安装 TensorFlow Model Garden pip 包

  • tf-models-official 是稳定的 Model Garden 包。请注意,它可能不包含 tensorflow_models github 存储库中的最新更改。要包含最新更改,您可以安装 tf-models-nightly,它是每天自动创建的 Model Garden 夜间包。
  • pip 将自动安装所有模型和依赖项。
pip install -q opencv-python
pip install -q tf-models-official

导入 Tensorflow 和其他库

import numpy as np
import tensorflow as tf

import tensorflow_models as tfm
nlp = tfm.nlp
2023-12-14 12:09:32.926415: E external/local_xla/xla/stream_executor/cuda/cuda_dnn.cc:9261] Unable to register cuDNN factory: Attempting to register factory for plugin cuDNN when one has already been registered
2023-12-14 12:09:32.926462: E external/local_xla/xla/stream_executor/cuda/cuda_fft.cc:607] Unable to register cuFFT factory: Attempting to register factory for plugin cuFFT when one has already been registered
2023-12-14 12:09:32.927992: E external/local_xla/xla/stream_executor/cuda/cuda_blas.cc:1515] Unable to register cuBLAS factory: Attempting to register factory for plugin cuBLAS when one has already been registered

规范 BERT 编码器

在学习如何自定义编码器之前,让我们首先创建一个规范的 BERT 编码器,并使用它来实例化一个 bert_classifier.BertClassifier 用于分类任务。

cfg = {
    "vocab_size": 100,
    "hidden_size": 32,
    "num_layers": 3,
    "num_attention_heads": 4,
    "intermediate_size": 64,
    "activation": tfm.utils.activations.gelu,
    "dropout_rate": 0.1,
    "attention_dropout_rate": 0.1,
    "max_sequence_length": 16,
    "type_vocab_size": 2,
    "initializer": tf.keras.initializers.TruncatedNormal(stddev=0.02),
}
bert_encoder = nlp.networks.BertEncoder(**cfg)

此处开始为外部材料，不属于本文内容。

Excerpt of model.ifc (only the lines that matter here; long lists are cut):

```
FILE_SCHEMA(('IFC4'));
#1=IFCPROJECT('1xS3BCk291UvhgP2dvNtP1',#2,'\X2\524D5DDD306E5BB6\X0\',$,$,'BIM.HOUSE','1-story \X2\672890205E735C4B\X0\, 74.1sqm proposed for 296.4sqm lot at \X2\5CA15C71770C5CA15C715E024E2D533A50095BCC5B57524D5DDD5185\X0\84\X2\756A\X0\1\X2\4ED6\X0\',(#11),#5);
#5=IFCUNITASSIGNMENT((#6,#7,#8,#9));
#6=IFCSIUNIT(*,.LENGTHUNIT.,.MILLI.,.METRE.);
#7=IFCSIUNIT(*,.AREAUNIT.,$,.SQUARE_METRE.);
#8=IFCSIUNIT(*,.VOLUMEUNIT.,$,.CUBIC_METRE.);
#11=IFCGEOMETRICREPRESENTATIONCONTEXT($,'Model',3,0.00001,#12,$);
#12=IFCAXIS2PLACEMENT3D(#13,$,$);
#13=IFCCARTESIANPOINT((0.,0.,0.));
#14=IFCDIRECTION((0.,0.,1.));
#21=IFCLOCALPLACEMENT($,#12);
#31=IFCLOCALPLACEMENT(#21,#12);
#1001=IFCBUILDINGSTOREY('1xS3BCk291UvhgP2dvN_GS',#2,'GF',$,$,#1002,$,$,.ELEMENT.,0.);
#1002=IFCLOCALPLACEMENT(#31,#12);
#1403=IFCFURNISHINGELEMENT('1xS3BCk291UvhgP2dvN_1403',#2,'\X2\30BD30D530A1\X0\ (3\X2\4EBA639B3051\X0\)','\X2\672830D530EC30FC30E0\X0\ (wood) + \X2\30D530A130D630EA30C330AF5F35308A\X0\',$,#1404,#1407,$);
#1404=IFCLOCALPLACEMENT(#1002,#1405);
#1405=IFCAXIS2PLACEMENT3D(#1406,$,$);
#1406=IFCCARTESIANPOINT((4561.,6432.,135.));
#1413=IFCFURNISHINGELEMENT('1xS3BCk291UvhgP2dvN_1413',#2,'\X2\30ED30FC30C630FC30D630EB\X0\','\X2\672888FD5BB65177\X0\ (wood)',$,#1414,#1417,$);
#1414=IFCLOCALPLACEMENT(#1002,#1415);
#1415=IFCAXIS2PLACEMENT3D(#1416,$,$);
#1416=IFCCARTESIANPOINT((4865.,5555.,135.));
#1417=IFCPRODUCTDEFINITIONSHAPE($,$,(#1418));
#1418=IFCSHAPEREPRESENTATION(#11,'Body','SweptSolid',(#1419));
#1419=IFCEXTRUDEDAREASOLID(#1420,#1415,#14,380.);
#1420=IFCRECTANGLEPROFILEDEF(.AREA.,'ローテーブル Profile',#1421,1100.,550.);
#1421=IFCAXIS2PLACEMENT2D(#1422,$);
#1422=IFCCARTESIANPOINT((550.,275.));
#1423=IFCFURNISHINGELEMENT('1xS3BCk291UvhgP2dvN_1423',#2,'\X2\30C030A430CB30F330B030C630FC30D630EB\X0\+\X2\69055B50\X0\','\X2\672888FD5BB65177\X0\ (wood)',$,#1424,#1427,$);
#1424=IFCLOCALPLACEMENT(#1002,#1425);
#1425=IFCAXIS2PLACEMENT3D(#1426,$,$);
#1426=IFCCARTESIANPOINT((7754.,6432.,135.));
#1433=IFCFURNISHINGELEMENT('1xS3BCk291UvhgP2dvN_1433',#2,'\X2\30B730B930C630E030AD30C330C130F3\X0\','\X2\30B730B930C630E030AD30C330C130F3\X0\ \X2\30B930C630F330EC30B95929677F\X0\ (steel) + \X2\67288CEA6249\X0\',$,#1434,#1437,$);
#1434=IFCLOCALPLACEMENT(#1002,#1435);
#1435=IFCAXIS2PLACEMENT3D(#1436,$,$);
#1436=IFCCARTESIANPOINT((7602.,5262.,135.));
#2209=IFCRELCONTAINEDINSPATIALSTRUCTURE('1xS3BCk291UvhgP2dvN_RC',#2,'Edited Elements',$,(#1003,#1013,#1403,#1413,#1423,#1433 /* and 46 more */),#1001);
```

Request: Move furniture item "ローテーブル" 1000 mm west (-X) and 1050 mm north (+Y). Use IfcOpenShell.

```python
import ifcopenshell
import ifcopenshell.api.geometry
import ifcopenshell.util.placement
import ifcopenshell.util.unit

model = ifcopenshell.open("model.ifc")
unit_scale = ifcopenshell.util.unit.calculate_unit_scale(model)

item = model.by_guid("1xS3BCk291UvhgP2dvN_1413")
matrix = ifcopenshell.util.placement.get_local_placement(item.ObjectPlacement)
matrix[0, 3] -= 1 / unit_scale
matrix[1, 3] += 1.05 / unit_scale
ifcopenshell.api.geometry.edit_object_placement(model, product=item, matrix=matrix, is_si=False)

print(ifcopenshell.util.placement.get_local_placement(item.ObjectPlacement).round(3) + 0.0)

model.write("model-out.ifc")
```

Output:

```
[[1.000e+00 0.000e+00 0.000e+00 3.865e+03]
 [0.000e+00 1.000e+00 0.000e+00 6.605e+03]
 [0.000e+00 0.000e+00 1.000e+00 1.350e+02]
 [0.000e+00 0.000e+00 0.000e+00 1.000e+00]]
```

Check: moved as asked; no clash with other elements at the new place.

def build_classifier(bert_encoder):
  return nlp.models.BertClassifier(bert_encoder, num_classes=2)

canonical_classifier_model = build_classifier(bert_encoder)

canonical_classifier_model 可以使用训练数据进行训练。有关如何训练模型的详细信息,请参阅 微调 bert 笔记本。我们在此省略训练模型的代码。

训练后,我们可以应用模型进行预测。

def predict(model):
  batch_size = 3
  np.random.seed(0)
  word_ids = np.random.randint(
      cfg["vocab_size"], size=(batch_size, cfg["max_sequence_length"]))
  mask = np.random.randint(2, size=(batch_size, cfg["max_sequence_length"]))
  type_ids = np.random.randint(
      cfg["type_vocab_size"], size=(batch_size, cfg["max_sequence_length"]))
  print(model([word_ids, mask, type_ids], training=False))

predict(canonical_classifier_model)
tf.Tensor(
[[ 0.03545166  0.30729884]
 [ 0.00677404  0.17251147]
 [-0.07276718  0.17345032]], shape=(3, 2), dtype=float32)

自定义 BERT 编码器

一个 BERT 编码器由一个嵌入网络和多个 Transformer 块组成,每个 Transformer 块包含一个注意力层和一个前馈层。

我们提供通过 (1) EncoderScaffold 和 (2) TransformerScaffold 自定义这些组件的简便方法。

使用 EncoderScaffold

networks.EncoderScaffold 允许用户提供一个自定义嵌入子网络(它将替换标准嵌入逻辑)和/或一个自定义隐藏层类(它将替换编码器中的 Transformer 实例化)。

无自定义

没有任何自定义,networks.EncoderScaffold 的行为与规范的 networks.BertEncoder 相同。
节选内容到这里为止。